Combination therapy approaches consisting of two or more therapeutic agents are widely used to treat many diseases including neoplastic diseases. When used effectively, combination therapies often exhibit synergistic therapeutic effects resulting in a reduction in dose and toxicity of the therapeutic agents.
Genotoxic agents such as Doxorubicin, Etoposide or Chlormethine are approved chemotherapeutic agents that damage tumor cell DNA by a variety of mechanisms resulting in tumor cell death (D. E. Thurston et al., Chemistry and Pharmacology of Anticancer Drugs, CRC Press, 37-84 (2007)). The USP7 substrate claspin is required for G2/M cell cycle arrest following DNA damage and inhibition of USP7 is predicted to prevent activation of the checkpoint kinase Chk1 and allow tumor cells to continue to proliferate in the presence of genotoxic agents. The continued proliferation of tumor cells in the presence of genotoxic agents results in tumor cell death. Thus a combination therapy utilizing a USP7 inhibitor with a genotoxic agent is predicted to result in synergistic tumor cell death.

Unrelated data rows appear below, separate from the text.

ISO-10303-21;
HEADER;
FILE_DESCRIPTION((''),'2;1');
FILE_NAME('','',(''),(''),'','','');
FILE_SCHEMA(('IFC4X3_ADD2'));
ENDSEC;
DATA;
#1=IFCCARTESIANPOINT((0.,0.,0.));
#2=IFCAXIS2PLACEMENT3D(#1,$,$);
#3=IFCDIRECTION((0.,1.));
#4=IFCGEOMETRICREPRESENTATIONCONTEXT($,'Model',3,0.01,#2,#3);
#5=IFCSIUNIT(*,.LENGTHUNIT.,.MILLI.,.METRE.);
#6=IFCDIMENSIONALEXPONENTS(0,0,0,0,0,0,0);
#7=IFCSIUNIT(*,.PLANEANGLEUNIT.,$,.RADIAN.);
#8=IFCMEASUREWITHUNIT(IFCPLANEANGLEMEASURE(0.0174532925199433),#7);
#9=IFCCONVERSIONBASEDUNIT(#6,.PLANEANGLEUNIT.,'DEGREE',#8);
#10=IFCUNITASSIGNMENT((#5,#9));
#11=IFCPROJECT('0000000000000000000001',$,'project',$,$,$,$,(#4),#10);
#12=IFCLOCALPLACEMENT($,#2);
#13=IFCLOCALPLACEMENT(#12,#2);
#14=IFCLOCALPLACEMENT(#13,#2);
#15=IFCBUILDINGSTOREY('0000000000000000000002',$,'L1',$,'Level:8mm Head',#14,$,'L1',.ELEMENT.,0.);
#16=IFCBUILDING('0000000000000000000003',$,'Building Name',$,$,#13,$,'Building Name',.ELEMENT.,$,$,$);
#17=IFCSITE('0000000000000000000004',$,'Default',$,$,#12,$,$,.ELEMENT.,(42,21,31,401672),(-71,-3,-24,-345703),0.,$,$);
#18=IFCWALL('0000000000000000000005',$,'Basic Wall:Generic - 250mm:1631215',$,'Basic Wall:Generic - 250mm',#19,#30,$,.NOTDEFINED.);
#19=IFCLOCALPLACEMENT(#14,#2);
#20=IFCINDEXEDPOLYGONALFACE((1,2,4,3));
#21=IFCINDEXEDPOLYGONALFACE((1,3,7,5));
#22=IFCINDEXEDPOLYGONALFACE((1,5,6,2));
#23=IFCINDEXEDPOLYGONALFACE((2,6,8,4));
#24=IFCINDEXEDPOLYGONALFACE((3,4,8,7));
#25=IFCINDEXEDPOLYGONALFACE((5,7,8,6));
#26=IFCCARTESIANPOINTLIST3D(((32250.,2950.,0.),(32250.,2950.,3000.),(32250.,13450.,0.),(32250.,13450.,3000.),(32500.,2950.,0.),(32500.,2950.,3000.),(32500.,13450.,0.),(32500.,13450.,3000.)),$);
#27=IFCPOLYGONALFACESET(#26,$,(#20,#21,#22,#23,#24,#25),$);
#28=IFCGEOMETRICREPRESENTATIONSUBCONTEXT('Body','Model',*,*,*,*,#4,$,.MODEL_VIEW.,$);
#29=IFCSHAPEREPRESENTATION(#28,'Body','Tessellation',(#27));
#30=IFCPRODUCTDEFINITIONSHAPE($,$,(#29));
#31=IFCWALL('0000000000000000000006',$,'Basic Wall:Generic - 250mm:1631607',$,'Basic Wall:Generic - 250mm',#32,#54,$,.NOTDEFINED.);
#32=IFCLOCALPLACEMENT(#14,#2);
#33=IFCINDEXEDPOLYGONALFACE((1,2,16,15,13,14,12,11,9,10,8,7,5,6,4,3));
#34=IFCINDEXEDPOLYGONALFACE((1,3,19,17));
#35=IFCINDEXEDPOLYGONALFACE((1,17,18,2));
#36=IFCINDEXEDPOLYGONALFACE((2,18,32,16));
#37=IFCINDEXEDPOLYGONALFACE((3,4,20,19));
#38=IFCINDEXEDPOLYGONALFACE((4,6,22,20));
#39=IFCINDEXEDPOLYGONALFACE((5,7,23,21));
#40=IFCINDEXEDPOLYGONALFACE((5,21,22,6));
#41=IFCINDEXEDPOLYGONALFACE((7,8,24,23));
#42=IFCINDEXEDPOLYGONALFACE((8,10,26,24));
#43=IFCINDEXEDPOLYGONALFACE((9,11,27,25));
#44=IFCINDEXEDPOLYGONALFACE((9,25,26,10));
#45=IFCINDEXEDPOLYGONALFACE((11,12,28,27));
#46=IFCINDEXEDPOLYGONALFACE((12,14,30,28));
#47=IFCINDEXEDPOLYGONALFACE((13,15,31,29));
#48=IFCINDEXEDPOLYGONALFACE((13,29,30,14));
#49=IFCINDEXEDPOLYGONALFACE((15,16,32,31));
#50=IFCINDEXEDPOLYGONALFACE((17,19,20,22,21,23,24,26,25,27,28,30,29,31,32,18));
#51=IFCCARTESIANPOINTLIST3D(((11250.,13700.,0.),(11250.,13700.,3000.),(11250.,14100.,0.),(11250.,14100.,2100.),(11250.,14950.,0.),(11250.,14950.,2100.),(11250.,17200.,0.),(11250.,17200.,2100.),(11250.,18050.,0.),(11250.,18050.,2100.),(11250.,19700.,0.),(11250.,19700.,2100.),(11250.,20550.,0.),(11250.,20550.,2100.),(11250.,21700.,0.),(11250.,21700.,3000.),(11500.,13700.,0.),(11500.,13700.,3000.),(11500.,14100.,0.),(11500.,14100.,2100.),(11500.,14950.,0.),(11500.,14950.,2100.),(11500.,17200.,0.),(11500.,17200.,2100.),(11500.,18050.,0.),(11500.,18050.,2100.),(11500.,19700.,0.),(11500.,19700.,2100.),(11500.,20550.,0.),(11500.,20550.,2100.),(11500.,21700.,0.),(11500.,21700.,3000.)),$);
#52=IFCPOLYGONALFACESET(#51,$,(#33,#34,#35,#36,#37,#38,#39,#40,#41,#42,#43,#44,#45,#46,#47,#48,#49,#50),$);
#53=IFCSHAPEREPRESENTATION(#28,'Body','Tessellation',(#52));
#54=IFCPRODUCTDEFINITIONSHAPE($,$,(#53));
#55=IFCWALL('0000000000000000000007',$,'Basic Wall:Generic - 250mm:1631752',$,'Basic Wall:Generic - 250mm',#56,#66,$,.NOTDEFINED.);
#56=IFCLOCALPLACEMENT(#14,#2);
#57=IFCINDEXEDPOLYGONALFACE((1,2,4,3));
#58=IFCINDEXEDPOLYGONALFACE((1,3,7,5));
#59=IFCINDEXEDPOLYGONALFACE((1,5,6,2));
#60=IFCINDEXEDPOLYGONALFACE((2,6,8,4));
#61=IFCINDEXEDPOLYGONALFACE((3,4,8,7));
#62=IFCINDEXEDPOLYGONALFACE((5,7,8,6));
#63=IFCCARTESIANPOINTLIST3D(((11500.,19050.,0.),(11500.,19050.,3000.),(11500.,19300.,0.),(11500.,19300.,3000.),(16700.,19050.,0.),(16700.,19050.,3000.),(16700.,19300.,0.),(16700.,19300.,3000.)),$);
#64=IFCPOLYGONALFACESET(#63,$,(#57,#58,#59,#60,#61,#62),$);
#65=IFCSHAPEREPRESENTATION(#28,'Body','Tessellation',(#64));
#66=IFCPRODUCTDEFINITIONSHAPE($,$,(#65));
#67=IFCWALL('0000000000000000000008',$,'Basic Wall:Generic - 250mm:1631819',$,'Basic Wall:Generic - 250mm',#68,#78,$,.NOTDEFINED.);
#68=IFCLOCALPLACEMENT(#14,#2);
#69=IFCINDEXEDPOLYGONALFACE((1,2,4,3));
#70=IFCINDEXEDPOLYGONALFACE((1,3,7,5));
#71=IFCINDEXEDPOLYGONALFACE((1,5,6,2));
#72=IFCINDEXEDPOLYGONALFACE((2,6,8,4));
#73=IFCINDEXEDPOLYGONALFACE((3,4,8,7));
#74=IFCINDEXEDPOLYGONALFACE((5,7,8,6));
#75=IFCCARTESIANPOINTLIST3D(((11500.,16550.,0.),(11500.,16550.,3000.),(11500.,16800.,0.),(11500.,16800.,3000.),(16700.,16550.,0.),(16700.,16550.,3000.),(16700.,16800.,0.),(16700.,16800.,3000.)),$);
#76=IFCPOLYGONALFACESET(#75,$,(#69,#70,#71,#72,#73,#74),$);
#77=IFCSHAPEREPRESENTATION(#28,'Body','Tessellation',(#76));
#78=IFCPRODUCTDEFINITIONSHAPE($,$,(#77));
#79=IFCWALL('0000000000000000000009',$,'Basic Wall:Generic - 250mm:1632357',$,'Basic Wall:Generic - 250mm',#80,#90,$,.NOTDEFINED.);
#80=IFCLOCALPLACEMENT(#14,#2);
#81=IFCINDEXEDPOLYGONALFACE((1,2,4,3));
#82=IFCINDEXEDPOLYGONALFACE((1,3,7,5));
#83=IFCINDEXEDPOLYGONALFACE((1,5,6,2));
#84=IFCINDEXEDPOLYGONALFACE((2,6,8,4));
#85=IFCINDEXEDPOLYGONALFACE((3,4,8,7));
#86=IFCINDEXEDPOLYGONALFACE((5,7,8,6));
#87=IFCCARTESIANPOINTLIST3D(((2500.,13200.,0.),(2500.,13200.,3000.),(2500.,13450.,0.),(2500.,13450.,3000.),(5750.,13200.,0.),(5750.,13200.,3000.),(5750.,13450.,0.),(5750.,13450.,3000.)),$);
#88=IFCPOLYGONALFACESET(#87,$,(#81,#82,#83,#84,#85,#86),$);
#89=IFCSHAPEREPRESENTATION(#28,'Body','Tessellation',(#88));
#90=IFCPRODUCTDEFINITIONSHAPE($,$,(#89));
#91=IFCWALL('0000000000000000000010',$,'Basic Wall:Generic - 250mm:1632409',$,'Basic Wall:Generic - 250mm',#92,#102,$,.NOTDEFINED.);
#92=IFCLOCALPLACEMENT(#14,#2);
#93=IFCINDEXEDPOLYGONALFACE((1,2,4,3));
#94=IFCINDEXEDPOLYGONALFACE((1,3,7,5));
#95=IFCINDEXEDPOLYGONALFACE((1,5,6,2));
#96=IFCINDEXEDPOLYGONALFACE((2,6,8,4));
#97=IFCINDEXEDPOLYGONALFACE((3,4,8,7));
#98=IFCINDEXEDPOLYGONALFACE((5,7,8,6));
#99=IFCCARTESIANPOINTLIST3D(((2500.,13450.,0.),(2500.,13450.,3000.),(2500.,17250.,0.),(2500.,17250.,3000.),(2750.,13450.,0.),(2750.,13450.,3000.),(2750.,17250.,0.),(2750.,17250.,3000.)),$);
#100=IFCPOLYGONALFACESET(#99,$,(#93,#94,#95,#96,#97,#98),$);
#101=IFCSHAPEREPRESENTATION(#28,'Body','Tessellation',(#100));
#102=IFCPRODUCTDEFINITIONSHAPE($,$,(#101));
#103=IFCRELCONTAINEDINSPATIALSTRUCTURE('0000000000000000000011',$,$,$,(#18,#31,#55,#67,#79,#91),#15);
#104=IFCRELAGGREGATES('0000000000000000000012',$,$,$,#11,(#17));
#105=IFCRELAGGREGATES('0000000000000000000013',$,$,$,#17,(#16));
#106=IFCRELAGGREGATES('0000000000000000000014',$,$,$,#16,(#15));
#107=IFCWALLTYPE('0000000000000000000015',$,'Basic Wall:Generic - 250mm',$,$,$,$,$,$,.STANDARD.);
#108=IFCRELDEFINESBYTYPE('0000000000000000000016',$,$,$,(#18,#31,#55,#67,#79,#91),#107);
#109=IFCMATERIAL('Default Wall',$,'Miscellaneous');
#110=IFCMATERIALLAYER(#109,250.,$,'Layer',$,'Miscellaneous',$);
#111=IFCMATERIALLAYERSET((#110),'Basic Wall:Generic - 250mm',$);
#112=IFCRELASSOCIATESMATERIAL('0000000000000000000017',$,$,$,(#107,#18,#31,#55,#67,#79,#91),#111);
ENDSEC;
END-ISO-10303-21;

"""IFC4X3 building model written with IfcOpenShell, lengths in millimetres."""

from ifc_helpers import new_model, entity, si_unit, converted_unit, direction, frame, frame_2d, origin, place, context, subcontext, project, spatial, rectangle, extrude, material, layer, layer_set, type_object, element, save


model = new_model("IFC4X3")

# Units and contexts
model_context = context("Model", 3, precision=0.01, world=origin(), true_north=direction((0.0, 1.0)))
body_context = subcontext(model_context, "Body", "Model", "MODEL_VIEW")
ifc_project = project(units=[si_unit("LENGTHUNIT", "METRE", prefix="MILLI"), converted_unit("PLANEANGLEUNIT", "DEGREE", entity("IfcPlaneAngleMeasure", 0.0174532925199433), si_unit("PLANEANGLEUNIT", "RADIAN"), dimensions=[0, 0, 0, 0, 0, 0, 0])], contexts=[model_context])

# Site, building, storey
site_placement = place(None, origin())
site = spatial("IfcSite", under=ifc_project, at=site_placement, Name="Default", CompositionType="ELEMENT", RefLatitude=(42, 21, 31, 401672), RefLongitude=(-71, -3, -24, -345703), RefElevation=0.0)
building_placement = place(site_placement, origin())
building = spatial("IfcBuilding", under=site, at=building_placement, Name="Building Name", LongName="Building Name", CompositionType="ELEMENT")
storey_placement = place(building_placement, origin())
storey = spatial("IfcBuildingStorey", under=building, at=storey_placement, Name="L1", ObjectType="Level:8mm Head", LongName="L1", CompositionType="ELEMENT", Elevation=0.0)

# Shared definitions
ifc_material = material(Name="Default Wall", Category="Miscellaneous")
ifc_layer = layer(ifc_material, 250.0, Name="Layer", Category="Miscellaneous")
ifc_layer_set = layer_set([ifc_layer], Name="Basic Wall:Generic - 250mm")
wall_type = type_object("IfcWallType", Name="Basic Wall:Generic - 250mm", PredefinedType="STANDARD", material=ifc_layer_set)

# Wall
wall_1_placement = place(storey_placement, frame((32375.0, 2950.0, 0.0), z_axis=(0.0, 0.0, 1.0), x_axis=(0.0, 1.0, 0.0)))
element("IfcWall", 1, at=wall_1_placement, inside=storey, type_object=wall_type, material=ifc_layer_set, Name="Basic Wall:Generic - 250mm:1631215", ObjectType="Basic Wall:Generic - 250mm", PredefinedType="NOTDEFINED", context=body_context, shape_type="SweptSolid", body=[
    extrude(rectangle(XDim=10500.0, YDim=250.0, at=frame_2d((5250.0, 0.0), x_axis=(-1.0, 0.0))), origin(), (0.0, 0.0, 1.0), 3000.0),
])

# Wall, openings
wall_2_placement = place(storey_placement, frame((11375.0, 13700.0, 0.0), z_axis=(0.0, 0.0, 1.0), x_axis=(0.0, 1.0, 0.0)))
wall_2 = element("IfcWall", 2, at=wall_2_placement, inside=storey, type_object=wall_type, material=ifc_layer_set, Name="Basic Wall:Generic - 250mm:1631607", ObjectType="Basic Wall:Generic - 250mm", PredefinedType="NOTDEFINED", context=body_context, shape_type="SweptSolid", body=[
    extrude(rectangle(XDim=8000.0, YDim=250.0, at=frame_2d((4000.0, 0.0), x_axis=(-1.0, 0.0))), origin(), (0.0, 0.0, 1.0), 3000.0),
])
opening_1_placement = place(wall_2_placement, frame((6850.0, 125.0, 0.0)))
element("IfcOpeningElement", 3, at=opening_1_placement, cuts=wall_2, PredefinedType="OPENING", context=body_context, shape_type="SweptSolid", body=[
    extrude(rectangle(XDim=2100.0, YDim=850.0, at=frame_2d((1050.0, 425.0), x_axis=(1.0, 0.0))), frame((0.0, 0.0, 0.0), z_axis=(0.0, -1.0, 0.0), x_axis=(0.0, 0.0, 1.0)), (0.0, 0.0, 1.0), 250.0),
])
opening_2_placement = place(wall_2_placement, frame((4350.0, 125.0, 0.0)))
element("IfcOpeningElement", 4, at=opening_2_placement, cuts=wall_2, PredefinedType="OPENING", context=body_context, shape_type="SweptSolid", body=[
    extrude(rectangle(XDim=2100.0, YDim=850.0, at=frame_2d((1050.0, 425.0), x_axis=(1.0, 0.0))), frame((0.0, 0.0, 0.0), z_axis=(0.0, -1.0, 0.0), x_axis=(0.0, 0.0, 1.0)), (0.0, 0.0, 1.0), 250.0),
])
opening_3_placement = place(wall_2_placement, frame((1250.0, 125.0, 0.0)))
element("IfcOpeningElement", 5, at=opening_3_placement, cuts=wall_2, PredefinedType="OPENING", context=body_context, shape_type="SweptSolid", body=[
    extrude(rectangle(XDim=2100.0, YDim=850.0, at=frame_2d((1050.0, 425.0), x_axis=(1.0, 0.0))), frame((0.0, 0.0, 0.0), z_axis=(0.0, -1.0, 0.0), x_axis=(0.0, 0.0, 1.0)), (0.0, 0.0, 1.0), 250.0),
])

# Walls
wall_3_placement = place(storey_placement, frame((11500.0, 19175.0, 0.0)))
element("IfcWall", 6, at=wall_3_placement, inside=storey, type_object=wall_type, material=ifc_layer_set, Name="Basic Wall:Generic - 250mm:1631752", ObjectType="Basic Wall:Generic - 250mm", PredefinedType="NOTDEFINED", context=body_context, shape_type="SweptSolid", body=[
    extrude(rectangle(XDim=5200.0, YDim=250.0, at=frame_2d((2600.0, 0.0), x_axis=(-1.0, 0.0))), origin(), (0.0, 0.0, 1.0), 3000.0),
])
wall_4_placement = place(storey_placement, frame((11500.0, 16675.0, 0.0)))
element("IfcWall", 7, at=wall_4_placement, inside=storey, type_object=wall_type, material=ifc_layer_set, Name="Basic Wall:Generic - 250mm:1631819", ObjectType="Basic Wall:Generic - 250mm", PredefinedType="NOTDEFINED", context=body_context, shape_type="SweptSolid", body=[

U.S. Pat. Nos. 4,451,660 and 4,649,154, EP 31173, GB1459571, GB 1577743, US2007/0212712, US2006/0217381, JP03133975 and JP 04021677 disclose compounds comprising nitrothiophene. Nitrothiophene derivatives also were reported by Khimicheskaya Tekhnologiya, 50: 93-96 (2007), Journal of Chemical Research, Synopses, 7: 266-267 (2001), Journal of the Chemical Society, Perkin Transactions 2: Physical Organic Chemistry, 2: 325-334 (1998), Journal of the Chemical Society, Perkin Transactions 2: Physical Organic Chemistry, 2, 388-92 (1981). U.S. Pat. No. 4,994,485, WO 2005/070916 A1 and WO 2005/066152 A1 relate to cyanothiophene derivatives. Insofar as is known, however, it has not previously been disclosed nor suggested that nitrothiophene or cyanothiophene derivatives are effective for inhibiting deubiquitinating enzymes.
A number of inhibitors of USP7 have been reported. These include tetracyclic compounds (US2008/0103149 A1) and cyano-pyrazine derivatives (US2007/0032499 A1). See also WO 2004/009023 and F. Colland et al., Mol. Cancer. Ther., 8: 2286-95 (2009). However, no clinically approved compounds have emerged from these leads. Thus, clinically effective inhibitors of USP7 would fulfill a therapeutic need.

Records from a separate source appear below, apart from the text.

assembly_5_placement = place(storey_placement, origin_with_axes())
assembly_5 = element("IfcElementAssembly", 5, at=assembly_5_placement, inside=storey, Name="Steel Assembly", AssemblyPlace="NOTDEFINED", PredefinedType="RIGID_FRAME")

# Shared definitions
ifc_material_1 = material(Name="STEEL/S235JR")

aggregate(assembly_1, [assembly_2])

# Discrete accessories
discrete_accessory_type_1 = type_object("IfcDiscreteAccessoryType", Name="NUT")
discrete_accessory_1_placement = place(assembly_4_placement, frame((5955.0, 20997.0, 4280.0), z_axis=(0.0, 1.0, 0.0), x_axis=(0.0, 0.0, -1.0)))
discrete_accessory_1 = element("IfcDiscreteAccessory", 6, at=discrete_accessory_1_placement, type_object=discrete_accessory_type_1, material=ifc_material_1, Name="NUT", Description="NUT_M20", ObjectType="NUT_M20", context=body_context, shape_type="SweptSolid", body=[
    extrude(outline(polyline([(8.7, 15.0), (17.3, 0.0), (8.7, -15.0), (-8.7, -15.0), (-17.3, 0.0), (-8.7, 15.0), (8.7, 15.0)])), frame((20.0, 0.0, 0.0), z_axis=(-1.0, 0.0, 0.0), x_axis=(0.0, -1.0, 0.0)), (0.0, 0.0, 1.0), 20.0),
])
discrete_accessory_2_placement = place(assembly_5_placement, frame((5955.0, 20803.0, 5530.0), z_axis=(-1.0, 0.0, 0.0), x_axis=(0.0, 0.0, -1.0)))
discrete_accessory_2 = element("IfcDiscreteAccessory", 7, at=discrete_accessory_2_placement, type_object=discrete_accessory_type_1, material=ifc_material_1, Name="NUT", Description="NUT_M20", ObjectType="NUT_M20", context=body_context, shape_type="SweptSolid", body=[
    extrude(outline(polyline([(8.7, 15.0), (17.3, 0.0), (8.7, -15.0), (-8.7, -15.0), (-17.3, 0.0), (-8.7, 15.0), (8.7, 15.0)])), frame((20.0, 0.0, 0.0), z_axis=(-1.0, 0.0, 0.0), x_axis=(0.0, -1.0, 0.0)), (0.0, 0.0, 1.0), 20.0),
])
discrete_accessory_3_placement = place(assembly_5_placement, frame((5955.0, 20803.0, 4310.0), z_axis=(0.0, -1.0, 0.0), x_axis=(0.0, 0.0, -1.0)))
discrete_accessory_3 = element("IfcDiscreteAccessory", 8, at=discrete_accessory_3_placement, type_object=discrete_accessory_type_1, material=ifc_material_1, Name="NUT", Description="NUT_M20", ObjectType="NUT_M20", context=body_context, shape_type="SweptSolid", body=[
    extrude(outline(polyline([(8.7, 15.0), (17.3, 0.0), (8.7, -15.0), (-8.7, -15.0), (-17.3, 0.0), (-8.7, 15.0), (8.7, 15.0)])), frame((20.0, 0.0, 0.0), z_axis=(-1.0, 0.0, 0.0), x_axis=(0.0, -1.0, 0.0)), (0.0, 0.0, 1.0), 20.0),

To date, there have been no reports of DUB inhibitors or activators that have successfully entered the clinic. One of the primary hurdles in the discovery and development of compounds that modulate DUB activity is the lack of a reliable, robust, high-throughput assay for the screening for inhibitors or activators of USPs. Progenra, the assignee of this application, has developed such an assay (U.S. Provisional Application No. 61/083,756). By utilizing its novel assay, Progenra has succeeded in identifying small molecule inhibitors of USP7.